Alternative enterprises boost farm incomes
Close to a third of U.S. farm households generate income by engaging in off-farm business ventures and on-farm activities independent of commodity production, according to a new report from USDA’s Economic Research Service. Of the 687,000 farm households pursuing on-farm or off-farm non-commodity businesses, over 290,000 engaged only in on-farm diversification activities in 2007, earning an average of about $14,400 per farm from these activities.
On-farm diversification activities described in the report include:
- Custom work in which farmers rent out their technical skills and farm equipment to other farm operations.
- Agritourism such as guided farm or ranch tours and other entertainment services, hospitality services, and outdoor recreation including hunting, fishing, and bird watching.
- Sale of forest products, such as firewood and timber.
- Direct-to-consumer sales of food commodities through farmers markets, on-farm stores, roadside stands, and pick-your-own
- Sale of value-added goods produced on the farm, such as jellies and jams, sauces, and other prepared items.
- Sale of food commodities through community-supported agriculture buying clubs.
Family farms involved in on-farm diversification tend to be on the larger end of the scale, averaging over 660 acres, which is twice the average size of farms not engaged in any alternative entrepreneurial activity.

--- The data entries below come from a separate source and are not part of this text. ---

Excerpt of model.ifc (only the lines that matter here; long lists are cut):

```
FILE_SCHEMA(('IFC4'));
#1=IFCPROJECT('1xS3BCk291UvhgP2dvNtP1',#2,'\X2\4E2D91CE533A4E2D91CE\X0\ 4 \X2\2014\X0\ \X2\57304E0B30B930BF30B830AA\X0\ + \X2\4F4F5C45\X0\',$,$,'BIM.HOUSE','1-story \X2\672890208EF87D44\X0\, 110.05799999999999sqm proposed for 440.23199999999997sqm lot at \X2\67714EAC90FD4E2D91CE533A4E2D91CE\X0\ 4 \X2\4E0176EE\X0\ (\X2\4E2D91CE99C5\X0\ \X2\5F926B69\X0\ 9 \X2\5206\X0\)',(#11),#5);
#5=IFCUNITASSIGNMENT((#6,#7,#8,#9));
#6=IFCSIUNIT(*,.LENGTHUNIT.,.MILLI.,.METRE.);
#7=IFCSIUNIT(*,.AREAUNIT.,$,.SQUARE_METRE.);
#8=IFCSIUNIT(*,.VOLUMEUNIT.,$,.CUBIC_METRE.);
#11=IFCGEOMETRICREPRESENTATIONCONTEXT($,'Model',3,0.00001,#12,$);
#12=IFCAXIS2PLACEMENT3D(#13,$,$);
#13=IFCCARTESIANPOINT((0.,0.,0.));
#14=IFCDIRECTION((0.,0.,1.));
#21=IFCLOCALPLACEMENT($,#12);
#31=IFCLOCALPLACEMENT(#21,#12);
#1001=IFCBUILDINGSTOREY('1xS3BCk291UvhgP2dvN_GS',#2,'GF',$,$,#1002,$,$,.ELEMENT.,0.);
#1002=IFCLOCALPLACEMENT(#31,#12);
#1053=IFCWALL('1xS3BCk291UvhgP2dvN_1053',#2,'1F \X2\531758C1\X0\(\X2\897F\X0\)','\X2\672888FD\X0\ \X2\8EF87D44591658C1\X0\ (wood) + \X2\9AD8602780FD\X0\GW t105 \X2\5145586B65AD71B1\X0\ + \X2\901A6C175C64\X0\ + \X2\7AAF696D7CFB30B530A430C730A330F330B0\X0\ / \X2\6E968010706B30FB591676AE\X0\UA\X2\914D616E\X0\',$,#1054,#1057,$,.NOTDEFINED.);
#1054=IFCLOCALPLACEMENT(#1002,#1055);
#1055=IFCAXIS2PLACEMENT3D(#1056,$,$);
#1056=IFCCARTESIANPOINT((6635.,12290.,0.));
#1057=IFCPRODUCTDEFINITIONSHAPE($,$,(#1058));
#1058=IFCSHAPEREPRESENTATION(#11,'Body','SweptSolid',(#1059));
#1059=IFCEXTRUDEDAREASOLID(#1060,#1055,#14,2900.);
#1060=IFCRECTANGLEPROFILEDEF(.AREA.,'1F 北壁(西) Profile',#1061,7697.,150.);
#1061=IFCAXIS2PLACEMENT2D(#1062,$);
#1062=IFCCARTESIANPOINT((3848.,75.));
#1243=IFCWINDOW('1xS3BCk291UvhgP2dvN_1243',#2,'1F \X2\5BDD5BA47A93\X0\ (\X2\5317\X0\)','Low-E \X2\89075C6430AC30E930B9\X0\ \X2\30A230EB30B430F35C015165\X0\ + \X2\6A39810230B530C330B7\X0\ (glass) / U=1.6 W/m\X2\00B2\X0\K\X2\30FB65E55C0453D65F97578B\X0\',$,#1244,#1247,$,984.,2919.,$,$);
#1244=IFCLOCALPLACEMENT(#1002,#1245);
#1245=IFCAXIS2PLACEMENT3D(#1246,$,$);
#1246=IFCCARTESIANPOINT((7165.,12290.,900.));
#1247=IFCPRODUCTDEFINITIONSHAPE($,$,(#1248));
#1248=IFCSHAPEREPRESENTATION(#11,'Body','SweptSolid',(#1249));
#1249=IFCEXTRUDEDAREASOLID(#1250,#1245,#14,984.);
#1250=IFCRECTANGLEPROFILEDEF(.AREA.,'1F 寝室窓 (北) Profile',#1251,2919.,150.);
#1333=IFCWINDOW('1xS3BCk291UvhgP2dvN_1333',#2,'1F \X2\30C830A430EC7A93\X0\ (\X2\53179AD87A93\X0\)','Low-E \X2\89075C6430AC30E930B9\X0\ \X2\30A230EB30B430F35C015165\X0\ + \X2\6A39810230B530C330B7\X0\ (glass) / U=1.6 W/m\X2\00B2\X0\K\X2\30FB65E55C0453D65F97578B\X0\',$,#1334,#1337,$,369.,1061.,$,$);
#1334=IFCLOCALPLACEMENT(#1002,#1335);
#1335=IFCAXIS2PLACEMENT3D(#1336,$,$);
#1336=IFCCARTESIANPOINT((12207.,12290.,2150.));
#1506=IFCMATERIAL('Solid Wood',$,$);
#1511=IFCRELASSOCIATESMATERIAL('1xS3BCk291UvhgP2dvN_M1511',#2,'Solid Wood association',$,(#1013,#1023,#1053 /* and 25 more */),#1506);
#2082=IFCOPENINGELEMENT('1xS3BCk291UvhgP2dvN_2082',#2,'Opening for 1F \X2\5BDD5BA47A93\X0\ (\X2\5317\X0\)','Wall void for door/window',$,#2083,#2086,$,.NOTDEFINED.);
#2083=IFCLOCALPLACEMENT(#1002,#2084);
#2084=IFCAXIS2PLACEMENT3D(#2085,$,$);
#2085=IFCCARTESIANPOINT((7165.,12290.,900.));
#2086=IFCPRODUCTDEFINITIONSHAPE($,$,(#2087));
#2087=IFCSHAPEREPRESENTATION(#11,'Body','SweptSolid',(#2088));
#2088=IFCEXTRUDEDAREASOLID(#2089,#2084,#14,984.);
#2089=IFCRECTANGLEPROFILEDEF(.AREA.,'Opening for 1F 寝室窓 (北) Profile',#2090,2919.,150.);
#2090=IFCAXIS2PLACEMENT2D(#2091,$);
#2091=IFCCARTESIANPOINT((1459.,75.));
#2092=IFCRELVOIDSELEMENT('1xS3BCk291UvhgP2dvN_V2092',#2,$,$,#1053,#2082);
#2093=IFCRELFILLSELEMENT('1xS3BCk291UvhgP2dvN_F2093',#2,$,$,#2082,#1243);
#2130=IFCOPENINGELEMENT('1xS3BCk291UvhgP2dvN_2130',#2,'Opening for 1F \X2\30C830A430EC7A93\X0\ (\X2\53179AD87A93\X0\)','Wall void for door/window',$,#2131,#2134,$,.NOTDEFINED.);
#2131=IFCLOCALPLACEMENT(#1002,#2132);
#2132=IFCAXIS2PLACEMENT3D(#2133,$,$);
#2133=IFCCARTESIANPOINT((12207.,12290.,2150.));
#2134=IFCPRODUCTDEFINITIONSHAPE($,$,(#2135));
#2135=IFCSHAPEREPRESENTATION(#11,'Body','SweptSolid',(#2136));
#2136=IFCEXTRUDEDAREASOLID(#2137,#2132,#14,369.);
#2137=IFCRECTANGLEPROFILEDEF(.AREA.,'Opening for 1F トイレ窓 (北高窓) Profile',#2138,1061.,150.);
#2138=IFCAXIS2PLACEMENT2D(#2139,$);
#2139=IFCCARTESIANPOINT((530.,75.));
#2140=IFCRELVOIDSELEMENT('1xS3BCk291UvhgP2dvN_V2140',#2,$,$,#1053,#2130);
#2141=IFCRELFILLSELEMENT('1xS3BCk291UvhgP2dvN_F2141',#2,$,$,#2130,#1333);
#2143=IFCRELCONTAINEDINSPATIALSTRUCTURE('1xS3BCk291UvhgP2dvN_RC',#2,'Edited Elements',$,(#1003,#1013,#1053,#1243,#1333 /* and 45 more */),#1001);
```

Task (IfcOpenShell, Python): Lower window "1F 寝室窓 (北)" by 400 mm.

```python
import numpy as np
import ifcopenshell
import ifcopenshell.api.geometry
import ifcopenshell.util.placement
import ifcopenshell.util.unit

model = ifcopenshell.open("model.ifc")
unit_scale = ifcopenshell.util.unit.calculate_unit_scale(model)

window = model.by_guid("1xS3BCk291UvhgP2dvN_1243")
opening = window.FillsVoids[0].RelatingOpeningElement
dz = -0.4 / unit_scale

shift = np.array([0.0, 0.0, dz])
# The window is not placed relative to its opening, so move both.
for product in (opening, window):
    matrix = ifcopenshell.util.placement.get_local_placement(product.ObjectPlacement)
    matrix[:3, 3] += shift
    ifcopenshell.api.geometry.edit_object_placement(model, product=product, matrix=matrix, is_si=False)

print(f"moved by {dz * unit_scale:+.3f} m")

model.write("model-out.ifc")
```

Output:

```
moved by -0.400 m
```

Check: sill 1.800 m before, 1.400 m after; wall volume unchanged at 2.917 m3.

Those alternative enterprises do require extra work, and the study shows farm households engaged in on-farm diversification devoted an average of 1.4 full-time equivalents (FTEs) to the total farm operation, almost 50 percent more than an average of 0.9 FTEs for farm households not engaged in such activities.
Type of operation clearly plays a role in determining its ability to engage in particular on-farm diversification activities. For example, custom work generated the largest share of non-commodity income for field crop producers, amounting to almost $1.5 billion in income, compared with $860 million in income for livestock producers from custom work. Livestock producers however, earned almost 60 percent of agritourism dollars in 2007.
On-farm diversification allows some farmers and ranchers to capitalize on their skills and resource base to earn additional income, but off-farm businesses are, on average, more lucrative. In 2007, about 396,000 U.S. farm households operated off-farm businesses. The report refers to these as “portfolio entrepreneur households.” These operations earned incomes averaging $140,200 per year, nearly twice the average of $72,610 for farm households not engaged in alternative income-generating business activities in 2007.